YOUR ASSIGNMENT
Search the records for the word "MappedRepresentation" and report each line that has it.

Records drawn from a dataset
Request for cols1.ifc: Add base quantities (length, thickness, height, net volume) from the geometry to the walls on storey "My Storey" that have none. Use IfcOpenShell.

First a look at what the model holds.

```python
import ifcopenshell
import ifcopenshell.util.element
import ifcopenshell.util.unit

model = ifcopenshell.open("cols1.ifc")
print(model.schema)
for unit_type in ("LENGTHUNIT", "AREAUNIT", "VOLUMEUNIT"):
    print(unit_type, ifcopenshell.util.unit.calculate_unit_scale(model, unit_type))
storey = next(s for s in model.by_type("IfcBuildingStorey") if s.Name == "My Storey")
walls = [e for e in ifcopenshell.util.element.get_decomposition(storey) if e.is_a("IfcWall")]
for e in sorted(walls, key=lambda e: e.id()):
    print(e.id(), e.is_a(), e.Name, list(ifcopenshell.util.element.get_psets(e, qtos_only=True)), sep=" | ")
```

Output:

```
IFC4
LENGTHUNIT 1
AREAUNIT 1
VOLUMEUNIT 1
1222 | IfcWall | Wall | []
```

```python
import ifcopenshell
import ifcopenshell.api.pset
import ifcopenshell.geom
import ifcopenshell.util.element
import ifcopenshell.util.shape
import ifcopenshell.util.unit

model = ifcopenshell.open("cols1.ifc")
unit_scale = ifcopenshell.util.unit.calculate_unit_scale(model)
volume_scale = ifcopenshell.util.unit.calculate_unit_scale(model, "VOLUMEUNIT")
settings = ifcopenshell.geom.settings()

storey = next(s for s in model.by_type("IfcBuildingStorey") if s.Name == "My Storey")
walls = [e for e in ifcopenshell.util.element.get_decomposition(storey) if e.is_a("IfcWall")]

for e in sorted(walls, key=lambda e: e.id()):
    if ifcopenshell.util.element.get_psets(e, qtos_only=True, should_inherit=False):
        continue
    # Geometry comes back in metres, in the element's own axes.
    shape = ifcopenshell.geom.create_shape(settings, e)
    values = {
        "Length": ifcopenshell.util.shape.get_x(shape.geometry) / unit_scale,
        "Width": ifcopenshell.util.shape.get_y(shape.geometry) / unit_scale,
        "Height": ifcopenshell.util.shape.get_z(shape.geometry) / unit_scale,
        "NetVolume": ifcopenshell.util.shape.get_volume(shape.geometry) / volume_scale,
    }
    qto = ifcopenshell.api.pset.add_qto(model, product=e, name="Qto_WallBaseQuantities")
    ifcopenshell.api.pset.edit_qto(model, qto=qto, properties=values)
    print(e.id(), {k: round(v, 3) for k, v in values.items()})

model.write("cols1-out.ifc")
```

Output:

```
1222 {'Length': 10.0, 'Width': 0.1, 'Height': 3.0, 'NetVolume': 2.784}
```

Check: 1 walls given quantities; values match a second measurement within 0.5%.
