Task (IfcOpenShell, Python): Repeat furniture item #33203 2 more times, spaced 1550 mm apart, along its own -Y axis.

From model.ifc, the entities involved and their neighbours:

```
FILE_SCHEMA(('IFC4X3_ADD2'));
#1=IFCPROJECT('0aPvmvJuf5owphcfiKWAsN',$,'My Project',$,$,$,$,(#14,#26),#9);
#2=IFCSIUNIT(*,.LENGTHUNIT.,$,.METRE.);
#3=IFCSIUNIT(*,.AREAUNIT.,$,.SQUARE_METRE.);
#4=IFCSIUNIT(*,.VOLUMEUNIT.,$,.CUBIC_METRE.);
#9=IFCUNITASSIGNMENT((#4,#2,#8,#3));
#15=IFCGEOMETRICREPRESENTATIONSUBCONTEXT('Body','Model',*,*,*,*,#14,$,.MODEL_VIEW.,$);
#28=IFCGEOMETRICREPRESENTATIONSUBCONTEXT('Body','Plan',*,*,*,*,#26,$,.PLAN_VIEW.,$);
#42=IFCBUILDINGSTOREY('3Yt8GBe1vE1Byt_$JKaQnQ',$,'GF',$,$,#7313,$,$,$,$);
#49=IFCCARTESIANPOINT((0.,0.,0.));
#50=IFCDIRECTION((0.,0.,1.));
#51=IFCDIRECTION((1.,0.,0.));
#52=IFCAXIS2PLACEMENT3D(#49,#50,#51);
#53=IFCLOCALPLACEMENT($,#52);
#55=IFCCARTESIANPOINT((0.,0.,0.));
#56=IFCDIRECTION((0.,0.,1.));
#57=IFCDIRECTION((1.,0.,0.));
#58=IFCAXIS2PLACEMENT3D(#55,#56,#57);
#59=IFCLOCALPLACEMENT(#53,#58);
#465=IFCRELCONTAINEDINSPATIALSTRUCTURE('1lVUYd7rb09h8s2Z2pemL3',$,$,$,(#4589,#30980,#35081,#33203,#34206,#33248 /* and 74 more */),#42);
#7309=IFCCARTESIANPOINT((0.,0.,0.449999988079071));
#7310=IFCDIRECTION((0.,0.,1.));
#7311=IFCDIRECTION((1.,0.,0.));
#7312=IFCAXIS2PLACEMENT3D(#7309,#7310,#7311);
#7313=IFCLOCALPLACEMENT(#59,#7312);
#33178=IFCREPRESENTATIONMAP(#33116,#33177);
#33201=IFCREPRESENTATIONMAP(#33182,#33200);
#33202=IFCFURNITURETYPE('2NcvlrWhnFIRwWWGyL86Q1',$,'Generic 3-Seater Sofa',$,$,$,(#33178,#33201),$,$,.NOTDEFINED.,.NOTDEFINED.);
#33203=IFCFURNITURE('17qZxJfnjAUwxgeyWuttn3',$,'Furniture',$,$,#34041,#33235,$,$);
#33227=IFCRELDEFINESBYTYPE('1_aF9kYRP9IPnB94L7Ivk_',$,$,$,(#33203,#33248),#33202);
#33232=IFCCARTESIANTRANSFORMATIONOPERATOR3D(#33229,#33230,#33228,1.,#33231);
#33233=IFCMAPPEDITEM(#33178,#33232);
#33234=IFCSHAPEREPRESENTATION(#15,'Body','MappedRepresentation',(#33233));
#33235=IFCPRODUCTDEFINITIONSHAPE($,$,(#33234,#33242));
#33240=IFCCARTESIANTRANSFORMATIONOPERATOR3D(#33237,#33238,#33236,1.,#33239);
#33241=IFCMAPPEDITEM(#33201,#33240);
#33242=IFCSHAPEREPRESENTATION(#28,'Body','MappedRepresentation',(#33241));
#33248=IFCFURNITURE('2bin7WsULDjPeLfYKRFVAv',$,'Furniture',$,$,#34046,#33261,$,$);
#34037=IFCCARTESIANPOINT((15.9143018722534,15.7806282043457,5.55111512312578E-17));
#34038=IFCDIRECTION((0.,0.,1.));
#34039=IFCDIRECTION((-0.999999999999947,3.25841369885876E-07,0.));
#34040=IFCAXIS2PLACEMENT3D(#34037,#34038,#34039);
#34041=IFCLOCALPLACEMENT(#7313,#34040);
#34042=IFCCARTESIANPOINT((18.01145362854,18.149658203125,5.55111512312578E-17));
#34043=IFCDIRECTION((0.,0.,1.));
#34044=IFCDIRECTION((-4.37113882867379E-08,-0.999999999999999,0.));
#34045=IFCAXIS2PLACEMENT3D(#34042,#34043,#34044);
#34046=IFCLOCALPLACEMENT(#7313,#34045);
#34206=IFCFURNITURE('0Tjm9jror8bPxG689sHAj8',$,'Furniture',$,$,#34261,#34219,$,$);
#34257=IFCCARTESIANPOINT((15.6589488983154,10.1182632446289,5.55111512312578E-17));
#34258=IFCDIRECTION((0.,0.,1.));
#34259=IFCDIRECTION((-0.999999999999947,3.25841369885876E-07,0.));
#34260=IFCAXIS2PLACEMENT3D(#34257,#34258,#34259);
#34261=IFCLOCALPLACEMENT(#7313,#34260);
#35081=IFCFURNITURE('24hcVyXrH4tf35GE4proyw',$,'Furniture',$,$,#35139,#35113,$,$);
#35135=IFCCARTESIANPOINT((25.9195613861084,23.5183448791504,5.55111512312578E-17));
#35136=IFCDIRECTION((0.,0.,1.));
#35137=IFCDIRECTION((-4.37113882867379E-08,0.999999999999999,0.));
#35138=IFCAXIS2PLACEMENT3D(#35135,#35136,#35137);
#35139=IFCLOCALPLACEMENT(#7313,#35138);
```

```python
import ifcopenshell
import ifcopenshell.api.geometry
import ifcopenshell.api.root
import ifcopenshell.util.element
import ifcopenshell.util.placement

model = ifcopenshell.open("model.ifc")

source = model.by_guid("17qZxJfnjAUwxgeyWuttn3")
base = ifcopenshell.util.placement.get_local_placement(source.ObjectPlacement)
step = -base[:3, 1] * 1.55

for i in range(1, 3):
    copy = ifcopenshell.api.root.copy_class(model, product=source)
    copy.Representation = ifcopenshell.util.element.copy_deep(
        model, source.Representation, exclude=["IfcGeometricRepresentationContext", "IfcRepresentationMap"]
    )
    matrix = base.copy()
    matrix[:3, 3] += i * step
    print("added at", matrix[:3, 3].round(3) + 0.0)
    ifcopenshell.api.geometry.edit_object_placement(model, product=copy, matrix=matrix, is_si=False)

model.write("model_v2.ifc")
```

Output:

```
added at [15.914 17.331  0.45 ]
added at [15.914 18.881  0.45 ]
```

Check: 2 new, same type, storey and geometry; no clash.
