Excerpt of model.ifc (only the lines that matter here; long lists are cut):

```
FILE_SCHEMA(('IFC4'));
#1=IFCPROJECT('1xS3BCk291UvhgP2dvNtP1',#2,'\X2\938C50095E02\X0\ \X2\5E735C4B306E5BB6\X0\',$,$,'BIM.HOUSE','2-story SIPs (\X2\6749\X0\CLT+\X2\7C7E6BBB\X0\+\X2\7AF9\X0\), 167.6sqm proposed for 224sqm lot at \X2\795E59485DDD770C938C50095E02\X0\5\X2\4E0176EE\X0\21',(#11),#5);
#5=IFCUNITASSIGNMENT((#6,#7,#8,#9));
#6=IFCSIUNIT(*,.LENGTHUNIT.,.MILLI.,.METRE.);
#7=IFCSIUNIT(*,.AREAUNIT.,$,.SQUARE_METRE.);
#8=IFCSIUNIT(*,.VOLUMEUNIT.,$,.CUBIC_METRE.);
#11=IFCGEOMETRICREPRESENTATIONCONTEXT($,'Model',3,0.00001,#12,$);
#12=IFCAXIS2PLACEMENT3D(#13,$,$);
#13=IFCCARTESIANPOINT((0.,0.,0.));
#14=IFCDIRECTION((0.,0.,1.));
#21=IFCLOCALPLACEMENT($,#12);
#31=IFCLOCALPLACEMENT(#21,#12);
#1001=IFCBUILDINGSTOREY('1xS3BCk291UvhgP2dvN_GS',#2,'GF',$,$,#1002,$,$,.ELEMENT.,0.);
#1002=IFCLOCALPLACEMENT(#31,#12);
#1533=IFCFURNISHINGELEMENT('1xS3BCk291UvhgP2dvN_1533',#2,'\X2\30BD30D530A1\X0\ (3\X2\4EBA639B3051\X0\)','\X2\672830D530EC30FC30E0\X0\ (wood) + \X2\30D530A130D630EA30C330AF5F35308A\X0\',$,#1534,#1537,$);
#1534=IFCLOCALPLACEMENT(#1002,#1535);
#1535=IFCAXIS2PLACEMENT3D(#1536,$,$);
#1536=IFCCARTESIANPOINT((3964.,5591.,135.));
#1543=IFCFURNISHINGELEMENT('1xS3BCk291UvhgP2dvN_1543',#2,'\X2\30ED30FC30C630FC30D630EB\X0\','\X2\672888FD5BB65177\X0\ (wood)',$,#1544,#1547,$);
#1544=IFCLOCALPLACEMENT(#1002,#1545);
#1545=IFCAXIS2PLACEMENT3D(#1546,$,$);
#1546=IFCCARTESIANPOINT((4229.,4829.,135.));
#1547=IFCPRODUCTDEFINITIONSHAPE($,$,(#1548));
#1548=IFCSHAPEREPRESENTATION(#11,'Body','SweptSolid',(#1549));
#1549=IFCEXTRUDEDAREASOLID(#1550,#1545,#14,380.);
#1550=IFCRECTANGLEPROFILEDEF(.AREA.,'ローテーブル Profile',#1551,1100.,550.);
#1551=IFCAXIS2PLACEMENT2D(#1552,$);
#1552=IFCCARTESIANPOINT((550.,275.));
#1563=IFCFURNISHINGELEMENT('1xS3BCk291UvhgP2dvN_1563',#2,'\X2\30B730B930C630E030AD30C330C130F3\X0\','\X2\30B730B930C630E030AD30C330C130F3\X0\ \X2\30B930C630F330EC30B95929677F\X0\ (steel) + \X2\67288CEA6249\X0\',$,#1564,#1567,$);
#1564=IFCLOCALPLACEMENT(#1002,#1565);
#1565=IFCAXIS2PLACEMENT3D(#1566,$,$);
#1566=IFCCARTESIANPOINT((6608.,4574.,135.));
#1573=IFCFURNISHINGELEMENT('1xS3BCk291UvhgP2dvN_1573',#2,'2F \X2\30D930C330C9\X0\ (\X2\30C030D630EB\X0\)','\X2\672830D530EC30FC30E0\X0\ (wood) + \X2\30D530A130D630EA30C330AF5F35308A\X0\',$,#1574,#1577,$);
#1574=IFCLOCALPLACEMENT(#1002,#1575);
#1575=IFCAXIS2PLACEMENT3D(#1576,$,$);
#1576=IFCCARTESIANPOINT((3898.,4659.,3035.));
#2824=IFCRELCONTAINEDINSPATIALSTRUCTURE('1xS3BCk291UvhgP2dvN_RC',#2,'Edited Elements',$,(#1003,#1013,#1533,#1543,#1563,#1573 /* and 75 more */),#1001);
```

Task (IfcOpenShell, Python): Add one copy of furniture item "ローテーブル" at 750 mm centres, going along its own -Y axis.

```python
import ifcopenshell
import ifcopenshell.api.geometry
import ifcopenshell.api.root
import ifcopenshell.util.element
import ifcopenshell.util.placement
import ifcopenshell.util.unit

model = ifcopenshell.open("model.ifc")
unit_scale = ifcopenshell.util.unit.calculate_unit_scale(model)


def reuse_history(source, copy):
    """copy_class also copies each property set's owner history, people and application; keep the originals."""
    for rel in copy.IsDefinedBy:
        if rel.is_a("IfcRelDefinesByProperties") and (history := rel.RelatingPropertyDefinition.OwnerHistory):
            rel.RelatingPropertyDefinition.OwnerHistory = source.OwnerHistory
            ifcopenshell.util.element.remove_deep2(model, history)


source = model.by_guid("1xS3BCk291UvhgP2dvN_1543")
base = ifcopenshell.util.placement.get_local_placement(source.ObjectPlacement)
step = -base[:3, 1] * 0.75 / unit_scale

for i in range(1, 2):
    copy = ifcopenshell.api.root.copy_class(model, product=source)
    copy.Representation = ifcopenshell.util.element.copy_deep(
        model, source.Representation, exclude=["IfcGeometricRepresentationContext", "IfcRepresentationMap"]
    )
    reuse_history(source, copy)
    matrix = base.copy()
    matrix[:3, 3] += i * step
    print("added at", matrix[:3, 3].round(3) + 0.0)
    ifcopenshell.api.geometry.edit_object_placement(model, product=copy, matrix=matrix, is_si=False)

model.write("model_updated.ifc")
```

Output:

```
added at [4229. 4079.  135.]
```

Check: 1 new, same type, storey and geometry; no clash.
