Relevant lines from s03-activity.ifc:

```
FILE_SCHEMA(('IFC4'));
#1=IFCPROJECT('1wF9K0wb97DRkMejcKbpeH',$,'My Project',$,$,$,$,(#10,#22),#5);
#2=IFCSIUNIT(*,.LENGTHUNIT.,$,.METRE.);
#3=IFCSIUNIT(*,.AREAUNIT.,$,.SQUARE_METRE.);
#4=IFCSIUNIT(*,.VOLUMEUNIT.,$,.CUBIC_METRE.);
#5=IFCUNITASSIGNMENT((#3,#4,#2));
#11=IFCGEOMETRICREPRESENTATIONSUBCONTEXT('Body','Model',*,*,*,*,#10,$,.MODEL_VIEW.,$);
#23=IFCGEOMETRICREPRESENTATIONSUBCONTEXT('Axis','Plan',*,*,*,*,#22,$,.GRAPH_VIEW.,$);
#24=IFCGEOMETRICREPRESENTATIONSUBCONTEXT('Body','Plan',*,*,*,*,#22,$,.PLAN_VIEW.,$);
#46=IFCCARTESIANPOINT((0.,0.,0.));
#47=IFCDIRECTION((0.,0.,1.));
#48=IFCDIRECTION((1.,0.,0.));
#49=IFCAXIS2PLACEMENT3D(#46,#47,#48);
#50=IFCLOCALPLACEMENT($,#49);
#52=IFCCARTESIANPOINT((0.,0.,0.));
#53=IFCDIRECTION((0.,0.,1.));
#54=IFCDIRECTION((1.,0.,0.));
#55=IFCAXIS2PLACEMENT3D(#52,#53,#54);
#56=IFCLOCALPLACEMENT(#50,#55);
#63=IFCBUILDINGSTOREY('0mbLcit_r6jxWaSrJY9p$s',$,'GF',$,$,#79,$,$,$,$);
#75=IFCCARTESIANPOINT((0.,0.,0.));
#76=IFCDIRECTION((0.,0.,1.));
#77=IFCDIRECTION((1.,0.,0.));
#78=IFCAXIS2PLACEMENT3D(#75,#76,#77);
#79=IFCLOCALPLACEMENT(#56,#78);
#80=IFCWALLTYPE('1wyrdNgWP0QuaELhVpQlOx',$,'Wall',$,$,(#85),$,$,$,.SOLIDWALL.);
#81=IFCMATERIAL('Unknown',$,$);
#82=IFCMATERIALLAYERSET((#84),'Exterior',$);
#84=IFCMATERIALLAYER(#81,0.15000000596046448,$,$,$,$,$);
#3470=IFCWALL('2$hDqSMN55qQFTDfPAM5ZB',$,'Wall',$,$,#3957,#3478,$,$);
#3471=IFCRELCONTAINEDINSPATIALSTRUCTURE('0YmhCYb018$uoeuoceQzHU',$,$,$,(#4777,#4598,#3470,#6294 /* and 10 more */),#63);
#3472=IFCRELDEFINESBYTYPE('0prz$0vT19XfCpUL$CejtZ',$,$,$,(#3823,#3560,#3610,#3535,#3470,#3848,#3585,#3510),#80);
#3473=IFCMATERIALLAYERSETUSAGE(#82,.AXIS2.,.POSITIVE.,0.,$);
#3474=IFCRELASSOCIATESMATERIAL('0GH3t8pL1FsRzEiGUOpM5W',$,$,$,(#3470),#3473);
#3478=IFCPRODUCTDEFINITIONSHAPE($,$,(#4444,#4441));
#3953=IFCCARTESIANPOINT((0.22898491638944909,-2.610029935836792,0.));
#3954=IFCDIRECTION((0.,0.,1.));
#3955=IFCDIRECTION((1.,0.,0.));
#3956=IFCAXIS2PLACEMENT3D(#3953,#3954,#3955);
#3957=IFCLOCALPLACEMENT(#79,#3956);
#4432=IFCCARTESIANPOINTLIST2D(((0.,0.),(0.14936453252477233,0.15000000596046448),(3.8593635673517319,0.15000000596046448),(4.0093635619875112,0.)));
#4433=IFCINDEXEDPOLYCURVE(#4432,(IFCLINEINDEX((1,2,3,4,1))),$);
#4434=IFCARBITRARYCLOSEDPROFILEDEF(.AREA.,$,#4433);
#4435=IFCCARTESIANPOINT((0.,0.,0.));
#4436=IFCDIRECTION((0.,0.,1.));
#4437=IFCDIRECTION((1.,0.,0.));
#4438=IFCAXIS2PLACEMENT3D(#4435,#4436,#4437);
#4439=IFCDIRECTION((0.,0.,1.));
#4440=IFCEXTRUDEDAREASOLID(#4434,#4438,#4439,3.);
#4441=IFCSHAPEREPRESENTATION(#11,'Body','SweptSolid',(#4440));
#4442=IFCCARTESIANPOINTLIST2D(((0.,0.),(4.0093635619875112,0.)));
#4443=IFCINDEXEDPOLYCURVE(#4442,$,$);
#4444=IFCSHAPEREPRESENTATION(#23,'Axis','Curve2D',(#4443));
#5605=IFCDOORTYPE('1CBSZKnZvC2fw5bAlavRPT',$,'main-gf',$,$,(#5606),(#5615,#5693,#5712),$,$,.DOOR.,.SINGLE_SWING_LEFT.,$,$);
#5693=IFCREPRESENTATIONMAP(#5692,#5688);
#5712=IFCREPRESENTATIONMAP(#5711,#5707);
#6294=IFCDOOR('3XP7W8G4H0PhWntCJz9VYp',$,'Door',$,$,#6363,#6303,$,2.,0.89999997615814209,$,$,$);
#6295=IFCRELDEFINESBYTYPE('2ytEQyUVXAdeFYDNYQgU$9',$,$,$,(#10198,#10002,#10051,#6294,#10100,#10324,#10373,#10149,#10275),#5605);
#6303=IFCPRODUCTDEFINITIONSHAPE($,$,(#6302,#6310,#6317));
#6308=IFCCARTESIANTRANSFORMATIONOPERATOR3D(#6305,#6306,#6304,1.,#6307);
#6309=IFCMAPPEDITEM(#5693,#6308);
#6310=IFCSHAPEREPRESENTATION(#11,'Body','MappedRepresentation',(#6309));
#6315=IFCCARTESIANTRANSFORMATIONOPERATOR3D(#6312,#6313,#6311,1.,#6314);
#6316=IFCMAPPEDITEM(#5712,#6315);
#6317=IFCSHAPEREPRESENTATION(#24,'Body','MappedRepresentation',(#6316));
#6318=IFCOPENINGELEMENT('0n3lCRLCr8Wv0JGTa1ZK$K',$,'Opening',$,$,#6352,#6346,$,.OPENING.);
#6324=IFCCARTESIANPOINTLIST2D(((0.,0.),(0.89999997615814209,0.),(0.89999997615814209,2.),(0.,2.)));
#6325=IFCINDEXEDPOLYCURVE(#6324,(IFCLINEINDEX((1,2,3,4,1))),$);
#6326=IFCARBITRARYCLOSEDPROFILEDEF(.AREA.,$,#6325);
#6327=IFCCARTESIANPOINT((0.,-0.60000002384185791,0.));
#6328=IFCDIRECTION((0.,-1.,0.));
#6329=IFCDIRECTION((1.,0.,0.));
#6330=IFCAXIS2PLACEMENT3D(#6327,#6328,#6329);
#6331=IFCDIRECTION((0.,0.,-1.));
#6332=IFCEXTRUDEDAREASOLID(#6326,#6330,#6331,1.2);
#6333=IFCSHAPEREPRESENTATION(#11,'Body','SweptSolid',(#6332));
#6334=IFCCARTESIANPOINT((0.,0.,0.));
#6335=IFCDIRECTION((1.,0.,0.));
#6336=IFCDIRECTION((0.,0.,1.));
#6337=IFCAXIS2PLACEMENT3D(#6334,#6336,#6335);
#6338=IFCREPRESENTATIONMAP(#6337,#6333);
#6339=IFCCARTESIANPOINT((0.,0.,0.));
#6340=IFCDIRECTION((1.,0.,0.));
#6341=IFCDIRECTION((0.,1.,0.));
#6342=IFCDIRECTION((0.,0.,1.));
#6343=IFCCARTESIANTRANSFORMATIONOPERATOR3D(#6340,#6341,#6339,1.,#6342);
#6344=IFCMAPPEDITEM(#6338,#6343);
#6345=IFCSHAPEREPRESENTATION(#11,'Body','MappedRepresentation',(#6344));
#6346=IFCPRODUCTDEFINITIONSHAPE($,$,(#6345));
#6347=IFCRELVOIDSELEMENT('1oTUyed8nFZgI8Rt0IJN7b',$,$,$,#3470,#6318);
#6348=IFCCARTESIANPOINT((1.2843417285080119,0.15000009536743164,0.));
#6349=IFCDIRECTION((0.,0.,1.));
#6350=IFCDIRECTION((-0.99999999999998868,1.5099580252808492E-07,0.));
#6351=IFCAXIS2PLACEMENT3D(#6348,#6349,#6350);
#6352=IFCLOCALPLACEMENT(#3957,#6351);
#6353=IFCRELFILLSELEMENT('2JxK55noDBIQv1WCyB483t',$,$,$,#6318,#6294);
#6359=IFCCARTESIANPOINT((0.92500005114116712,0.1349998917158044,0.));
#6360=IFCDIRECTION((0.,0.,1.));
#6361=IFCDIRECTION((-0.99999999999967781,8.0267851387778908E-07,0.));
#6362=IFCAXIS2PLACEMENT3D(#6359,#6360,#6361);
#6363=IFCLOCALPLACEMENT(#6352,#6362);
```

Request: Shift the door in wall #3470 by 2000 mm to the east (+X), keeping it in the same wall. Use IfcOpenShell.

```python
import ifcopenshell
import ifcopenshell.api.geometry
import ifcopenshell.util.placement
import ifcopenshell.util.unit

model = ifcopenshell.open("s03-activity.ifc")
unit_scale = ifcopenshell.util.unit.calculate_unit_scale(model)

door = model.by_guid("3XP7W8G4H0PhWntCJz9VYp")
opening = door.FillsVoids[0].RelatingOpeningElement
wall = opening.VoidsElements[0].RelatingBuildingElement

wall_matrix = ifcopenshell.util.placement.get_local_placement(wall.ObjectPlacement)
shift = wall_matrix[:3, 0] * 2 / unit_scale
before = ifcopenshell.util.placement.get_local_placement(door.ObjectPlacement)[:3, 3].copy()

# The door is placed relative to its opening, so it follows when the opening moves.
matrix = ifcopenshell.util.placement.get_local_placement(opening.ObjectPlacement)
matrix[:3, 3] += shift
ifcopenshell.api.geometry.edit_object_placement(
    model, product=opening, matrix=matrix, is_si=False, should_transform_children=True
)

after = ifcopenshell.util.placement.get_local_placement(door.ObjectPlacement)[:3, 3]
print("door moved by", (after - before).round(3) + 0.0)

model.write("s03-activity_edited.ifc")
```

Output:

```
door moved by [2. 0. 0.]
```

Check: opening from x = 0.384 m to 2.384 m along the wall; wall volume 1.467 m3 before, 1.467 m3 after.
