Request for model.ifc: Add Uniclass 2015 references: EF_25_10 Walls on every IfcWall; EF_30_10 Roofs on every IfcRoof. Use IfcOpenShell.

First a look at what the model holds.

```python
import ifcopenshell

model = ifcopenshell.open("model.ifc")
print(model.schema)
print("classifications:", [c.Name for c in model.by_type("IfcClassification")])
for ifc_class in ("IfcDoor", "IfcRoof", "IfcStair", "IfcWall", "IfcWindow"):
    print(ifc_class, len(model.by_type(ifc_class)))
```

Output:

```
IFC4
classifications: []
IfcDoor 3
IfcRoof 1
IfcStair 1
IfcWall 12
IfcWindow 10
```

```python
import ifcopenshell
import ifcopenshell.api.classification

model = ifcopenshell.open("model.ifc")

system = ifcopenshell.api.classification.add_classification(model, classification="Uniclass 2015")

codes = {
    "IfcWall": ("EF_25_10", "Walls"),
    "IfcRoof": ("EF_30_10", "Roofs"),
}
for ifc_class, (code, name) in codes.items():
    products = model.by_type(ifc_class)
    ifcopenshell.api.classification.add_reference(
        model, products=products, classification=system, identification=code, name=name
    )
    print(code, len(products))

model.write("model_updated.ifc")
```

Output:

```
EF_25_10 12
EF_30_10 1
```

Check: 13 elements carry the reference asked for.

REPLY
#33234=IFCSHAPEREPRESENTATION(#15,'Body','MappedRepresentation',(#33233));
#33242=IFCSHAPEREPRESENTATION(#28,'Body','MappedRepresentation',(#33241));
#6310=IFCSHAPEREPRESENTATION(#11,'Body','MappedRepresentation',(#6309));
#6317=IFCSHAPEREPRESENTATION(#24,'Body','MappedRepresentation',(#6316));
#6345=IFCSHAPEREPRESENTATION(#11,'Body','MappedRepresentation',(#6344));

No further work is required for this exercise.